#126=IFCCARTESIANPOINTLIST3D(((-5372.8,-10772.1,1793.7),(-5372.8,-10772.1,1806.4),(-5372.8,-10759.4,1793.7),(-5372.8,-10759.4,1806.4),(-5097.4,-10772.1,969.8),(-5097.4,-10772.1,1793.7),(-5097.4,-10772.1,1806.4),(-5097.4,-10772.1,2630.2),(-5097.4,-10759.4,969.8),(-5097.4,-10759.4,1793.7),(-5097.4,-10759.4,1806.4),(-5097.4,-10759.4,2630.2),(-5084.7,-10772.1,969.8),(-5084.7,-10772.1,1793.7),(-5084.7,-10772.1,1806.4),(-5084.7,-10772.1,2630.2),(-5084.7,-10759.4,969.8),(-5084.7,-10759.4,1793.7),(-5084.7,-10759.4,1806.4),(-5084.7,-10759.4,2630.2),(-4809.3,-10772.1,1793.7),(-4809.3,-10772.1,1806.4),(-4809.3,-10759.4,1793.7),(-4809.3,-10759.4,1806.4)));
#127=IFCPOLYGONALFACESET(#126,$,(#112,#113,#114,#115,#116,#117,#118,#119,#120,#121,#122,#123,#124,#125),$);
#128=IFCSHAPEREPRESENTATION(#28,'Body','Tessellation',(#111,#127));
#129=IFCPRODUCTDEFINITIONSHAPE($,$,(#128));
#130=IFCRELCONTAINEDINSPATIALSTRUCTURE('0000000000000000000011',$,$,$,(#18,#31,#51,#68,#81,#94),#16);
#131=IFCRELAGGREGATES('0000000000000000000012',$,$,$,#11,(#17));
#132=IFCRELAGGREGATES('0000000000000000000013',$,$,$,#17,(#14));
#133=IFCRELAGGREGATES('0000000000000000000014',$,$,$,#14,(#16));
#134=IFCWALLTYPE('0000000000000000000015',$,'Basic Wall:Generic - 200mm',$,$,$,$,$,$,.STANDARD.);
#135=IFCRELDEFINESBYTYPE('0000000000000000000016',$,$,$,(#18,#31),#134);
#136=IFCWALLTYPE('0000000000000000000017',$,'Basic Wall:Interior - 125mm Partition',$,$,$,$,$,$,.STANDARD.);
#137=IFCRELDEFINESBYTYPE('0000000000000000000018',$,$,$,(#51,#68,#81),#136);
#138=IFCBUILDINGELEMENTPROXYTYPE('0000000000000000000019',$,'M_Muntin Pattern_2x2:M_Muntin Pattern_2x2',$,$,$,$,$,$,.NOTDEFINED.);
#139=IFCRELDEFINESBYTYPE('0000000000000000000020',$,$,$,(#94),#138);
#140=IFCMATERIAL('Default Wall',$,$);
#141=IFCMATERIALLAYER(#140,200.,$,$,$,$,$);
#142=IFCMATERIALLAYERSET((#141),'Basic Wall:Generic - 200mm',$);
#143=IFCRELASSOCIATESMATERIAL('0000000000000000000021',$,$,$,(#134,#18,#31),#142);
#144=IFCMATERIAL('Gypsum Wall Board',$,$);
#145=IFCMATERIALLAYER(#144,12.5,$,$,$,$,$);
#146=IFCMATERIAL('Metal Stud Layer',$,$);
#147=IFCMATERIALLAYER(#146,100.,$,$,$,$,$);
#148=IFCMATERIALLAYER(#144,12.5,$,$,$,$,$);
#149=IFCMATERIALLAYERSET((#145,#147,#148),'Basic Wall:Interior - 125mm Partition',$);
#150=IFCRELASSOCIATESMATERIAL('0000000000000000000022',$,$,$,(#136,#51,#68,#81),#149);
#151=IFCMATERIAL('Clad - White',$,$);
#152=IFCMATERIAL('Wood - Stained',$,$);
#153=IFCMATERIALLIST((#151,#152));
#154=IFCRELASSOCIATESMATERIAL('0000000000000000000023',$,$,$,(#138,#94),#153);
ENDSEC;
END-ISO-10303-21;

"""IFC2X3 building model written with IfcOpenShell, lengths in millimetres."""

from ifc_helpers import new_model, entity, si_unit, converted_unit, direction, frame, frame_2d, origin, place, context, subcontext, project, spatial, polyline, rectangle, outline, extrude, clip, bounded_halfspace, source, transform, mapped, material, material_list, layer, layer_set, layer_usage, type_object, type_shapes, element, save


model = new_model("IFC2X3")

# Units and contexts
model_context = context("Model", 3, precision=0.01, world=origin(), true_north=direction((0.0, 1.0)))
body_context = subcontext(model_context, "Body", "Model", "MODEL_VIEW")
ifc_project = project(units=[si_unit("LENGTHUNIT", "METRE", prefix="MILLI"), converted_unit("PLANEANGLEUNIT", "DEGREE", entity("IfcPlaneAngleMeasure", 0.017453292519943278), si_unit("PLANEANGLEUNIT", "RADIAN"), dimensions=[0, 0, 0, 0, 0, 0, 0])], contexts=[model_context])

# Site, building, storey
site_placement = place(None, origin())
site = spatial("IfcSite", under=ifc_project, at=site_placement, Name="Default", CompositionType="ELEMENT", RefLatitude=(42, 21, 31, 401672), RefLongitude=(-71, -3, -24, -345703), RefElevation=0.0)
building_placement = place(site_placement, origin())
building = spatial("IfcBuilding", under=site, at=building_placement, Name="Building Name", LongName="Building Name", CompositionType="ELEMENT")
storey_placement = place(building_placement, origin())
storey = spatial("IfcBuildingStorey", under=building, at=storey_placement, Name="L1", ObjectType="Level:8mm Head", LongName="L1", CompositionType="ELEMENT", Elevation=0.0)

=-=-=

*Task objective:* Only lines holding the word "IFCRELDEFINESBYTYPE" belong in the answer; copy each one from the material.

*Problem solution:*
#135=IFCRELDEFINESBYTYPE('0000000000000000000016',$,$,$,(#18,#31),#134);
#137=IFCRELDEFINESBYTYPE('0000000000000000000018',$,$,$,(#51,#68,#81),#136);
#139=IFCRELDEFINESBYTYPE('0000000000000000000020',$,$,$,(#94),#138);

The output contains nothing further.